Peter Alspach: This answer could be quite an essay. However, a couple key reasons are:

  • An active chilled beam system uses chilled water. Central chiller plants are typically more efficient cooling sources than VRF systems, which are generally air-cooled scroll compressor technology.So for a hospital that typically has a large chilled water plant, it would make sense to leverage that system and its efficiencies.
  • VRF systems are very sensitive to room volume in order to comply with ASHRAE Standard 15:Safety Standard for Refrigeration Systems limits on refrigerant quantities. They are often a challenge when serving lots of small spaces, such as patient rooms, since the refrigerant limits of ASHRAE 15 will often mean that the VRF system has to be broken up into smaller systems (i.e.fewer indoor units for each outdoor unit). This break-up drives up costs as well as limits the ability to recover heat from zone to zone.

Question: In a variable refrigerant flow (VRF) system, how do you deal with limitations of refrigerant volume in a space, if system circulates in so much of the building?

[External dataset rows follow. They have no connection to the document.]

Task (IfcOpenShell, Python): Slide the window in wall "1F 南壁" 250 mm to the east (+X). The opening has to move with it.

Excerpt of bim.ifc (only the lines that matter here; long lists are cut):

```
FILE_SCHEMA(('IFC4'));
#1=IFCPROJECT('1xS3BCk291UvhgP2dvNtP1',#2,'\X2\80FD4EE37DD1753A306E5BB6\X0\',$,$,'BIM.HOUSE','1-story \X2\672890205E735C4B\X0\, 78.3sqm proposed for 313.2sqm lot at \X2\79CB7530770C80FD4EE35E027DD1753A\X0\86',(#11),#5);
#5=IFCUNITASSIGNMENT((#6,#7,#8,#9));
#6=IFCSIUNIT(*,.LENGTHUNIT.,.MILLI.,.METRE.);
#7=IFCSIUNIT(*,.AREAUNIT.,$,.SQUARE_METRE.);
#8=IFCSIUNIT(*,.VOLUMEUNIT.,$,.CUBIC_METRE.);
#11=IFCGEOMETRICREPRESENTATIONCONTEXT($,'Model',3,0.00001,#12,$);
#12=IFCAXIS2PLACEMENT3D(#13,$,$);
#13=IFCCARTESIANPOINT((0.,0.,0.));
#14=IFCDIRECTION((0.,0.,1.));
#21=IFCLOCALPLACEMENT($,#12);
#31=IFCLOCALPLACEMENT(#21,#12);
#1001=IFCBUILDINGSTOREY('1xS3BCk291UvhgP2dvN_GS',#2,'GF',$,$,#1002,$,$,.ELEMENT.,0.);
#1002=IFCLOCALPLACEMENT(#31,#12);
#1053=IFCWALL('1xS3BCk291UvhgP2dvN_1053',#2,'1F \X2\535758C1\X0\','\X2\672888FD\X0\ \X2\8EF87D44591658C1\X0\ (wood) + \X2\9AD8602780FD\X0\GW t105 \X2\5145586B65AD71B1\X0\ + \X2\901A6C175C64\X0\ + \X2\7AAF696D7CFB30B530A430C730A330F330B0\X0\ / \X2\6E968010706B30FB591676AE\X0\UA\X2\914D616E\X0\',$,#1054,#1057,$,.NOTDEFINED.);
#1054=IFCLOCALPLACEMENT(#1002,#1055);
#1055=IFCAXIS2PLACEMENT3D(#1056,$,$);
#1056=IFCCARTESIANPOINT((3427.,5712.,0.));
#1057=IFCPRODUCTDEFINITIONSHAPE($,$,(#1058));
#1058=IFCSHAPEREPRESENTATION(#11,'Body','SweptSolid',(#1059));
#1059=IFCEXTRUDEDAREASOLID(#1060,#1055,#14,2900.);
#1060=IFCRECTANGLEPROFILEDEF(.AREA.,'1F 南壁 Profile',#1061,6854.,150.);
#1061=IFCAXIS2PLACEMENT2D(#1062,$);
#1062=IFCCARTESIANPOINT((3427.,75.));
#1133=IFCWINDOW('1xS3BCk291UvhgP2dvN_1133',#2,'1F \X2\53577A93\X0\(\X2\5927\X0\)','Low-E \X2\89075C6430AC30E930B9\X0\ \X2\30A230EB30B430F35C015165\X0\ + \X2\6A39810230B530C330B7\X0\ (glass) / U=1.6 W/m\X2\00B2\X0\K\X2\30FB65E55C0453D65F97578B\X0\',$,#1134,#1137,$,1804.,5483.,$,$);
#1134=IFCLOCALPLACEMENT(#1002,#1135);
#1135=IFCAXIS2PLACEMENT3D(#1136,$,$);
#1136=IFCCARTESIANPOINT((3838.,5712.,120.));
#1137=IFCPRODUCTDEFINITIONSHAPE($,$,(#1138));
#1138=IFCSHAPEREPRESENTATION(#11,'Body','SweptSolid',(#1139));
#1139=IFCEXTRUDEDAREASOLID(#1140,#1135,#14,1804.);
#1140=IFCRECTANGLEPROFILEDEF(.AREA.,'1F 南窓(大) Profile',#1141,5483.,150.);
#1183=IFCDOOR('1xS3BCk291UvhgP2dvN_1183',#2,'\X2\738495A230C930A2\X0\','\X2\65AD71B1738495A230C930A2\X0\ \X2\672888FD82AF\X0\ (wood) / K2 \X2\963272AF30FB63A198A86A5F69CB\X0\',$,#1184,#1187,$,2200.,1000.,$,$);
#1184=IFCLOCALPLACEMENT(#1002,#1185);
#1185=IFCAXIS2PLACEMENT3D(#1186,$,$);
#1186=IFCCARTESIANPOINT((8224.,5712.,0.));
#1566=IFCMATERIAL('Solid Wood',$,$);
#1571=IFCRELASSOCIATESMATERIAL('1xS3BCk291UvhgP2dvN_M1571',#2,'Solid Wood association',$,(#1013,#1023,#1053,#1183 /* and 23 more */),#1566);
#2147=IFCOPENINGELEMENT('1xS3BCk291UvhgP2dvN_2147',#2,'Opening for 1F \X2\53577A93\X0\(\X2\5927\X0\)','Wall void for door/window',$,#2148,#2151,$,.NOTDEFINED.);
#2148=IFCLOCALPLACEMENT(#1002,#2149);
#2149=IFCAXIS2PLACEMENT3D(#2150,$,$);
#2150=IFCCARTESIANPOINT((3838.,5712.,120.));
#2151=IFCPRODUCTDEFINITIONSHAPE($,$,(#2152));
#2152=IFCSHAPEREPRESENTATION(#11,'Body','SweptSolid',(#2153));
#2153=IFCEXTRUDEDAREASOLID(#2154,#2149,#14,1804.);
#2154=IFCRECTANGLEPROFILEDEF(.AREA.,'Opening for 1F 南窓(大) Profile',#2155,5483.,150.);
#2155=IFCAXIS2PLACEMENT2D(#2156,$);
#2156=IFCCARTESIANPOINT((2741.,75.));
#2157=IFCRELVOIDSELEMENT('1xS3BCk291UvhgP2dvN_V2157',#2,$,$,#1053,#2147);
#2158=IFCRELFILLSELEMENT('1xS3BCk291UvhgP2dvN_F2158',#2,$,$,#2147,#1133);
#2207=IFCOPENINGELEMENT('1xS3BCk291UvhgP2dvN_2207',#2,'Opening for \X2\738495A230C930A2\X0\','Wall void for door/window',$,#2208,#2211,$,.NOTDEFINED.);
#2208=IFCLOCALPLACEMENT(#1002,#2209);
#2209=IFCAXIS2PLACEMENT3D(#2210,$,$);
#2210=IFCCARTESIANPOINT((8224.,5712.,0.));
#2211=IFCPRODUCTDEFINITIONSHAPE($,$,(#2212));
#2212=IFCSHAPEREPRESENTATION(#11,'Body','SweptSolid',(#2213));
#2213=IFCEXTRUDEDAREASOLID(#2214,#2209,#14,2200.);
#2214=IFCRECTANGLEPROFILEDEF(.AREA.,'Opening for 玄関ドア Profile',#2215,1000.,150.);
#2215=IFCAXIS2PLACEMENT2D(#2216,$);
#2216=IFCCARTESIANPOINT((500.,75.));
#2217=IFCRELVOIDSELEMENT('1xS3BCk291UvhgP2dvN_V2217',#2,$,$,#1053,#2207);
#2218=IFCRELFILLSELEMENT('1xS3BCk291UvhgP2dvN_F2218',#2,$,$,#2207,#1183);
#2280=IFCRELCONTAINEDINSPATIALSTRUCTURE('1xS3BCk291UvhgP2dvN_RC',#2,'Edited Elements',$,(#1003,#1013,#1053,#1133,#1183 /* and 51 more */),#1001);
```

```python
import ifcopenshell
import ifcopenshell.api.geometry
import ifcopenshell.util.placement
import ifcopenshell.util.unit

model = ifcopenshell.open("bim.ifc")
unit_scale = ifcopenshell.util.unit.calculate_unit_scale(model)

window = model.by_id(1133)
opening = window.FillsVoids[0].RelatingOpeningElement
wall = opening.VoidsElements[0].RelatingBuildingElement

wall_matrix = ifcopenshell.util.placement.get_local_placement(wall.ObjectPlacement)
shift = wall_matrix[:3, 0] * 0.25 / unit_scale
before = ifcopenshell.util.placement.get_local_placement(window.ObjectPlacement)[:3, 3].copy()

# The window is not placed relative to its opening, so move both.
for product in (opening, window):
    matrix = ifcopenshell.util.placement.get_local_placement(product.ObjectPlacement)
    matrix[:3, 3] += shift
    ifcopenshell.api.geometry.edit_object_placement(model, product=product, matrix=matrix, is_si=False)

after = ifcopenshell.util.placement.get_local_placement(window.ObjectPlacement)[:3, 3]
print("window moved by", (after - before).round(3) + 0.0)

model.write("bim_rev.ifc")
```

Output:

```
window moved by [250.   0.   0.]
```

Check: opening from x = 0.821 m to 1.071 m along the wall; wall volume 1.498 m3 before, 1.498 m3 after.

Julianne Laue: ASHRAE Standard 15: Safety Standard for Refrigeration Systems and Standard 34 provide safeguards for refrigerant systems. It is best to use these design standards as well as consult with your local authority having jurisdiction (AHJ) as to their interpretation of the standards.

Question: Is activated slab different from radiant heating and cooling that is installed in the floor?You mentioned that they must be concrete and no other floor type.

Peter Alspach: Activated radiant slabs are different from the traditional floor systems in a couple ways.The most significant is that traditional floor (or ceiling) systems usually have the piping in a topping slab or other surface layer, with a layer of insulation to thermally separate the topping slab and the structural slab. Activated radiant slabs have the tubing embedded directly in the structural slab and are desired to provide heat transfer at the ceiling below and the floor above. By their nature of being embedded in the structural slab, activated radiant slab systems are always installed in a concrete structure. One has to be careful in activated slab systems that surface treatments (carpet, wood, ceiling finishes) do not limit the heat transfer as many act as insulators and decouple the activated slab from the space.

Question: Regarding variable refrigerant flow (VRF) systems that have the best energy (can do heating/cooling simultaneously), are there difficulties finding enough vendors to comply with government project requirements for "or-equal"?

Julianne Laue: Specifying any HVAC system should be done with great care. Specifications that are copied from an individual manufacturer create increased difficulty in meeting an "or-equal" condition.Energy performance should be looked at as a minimum performance allowing for products with performance above the minimum to be allowed.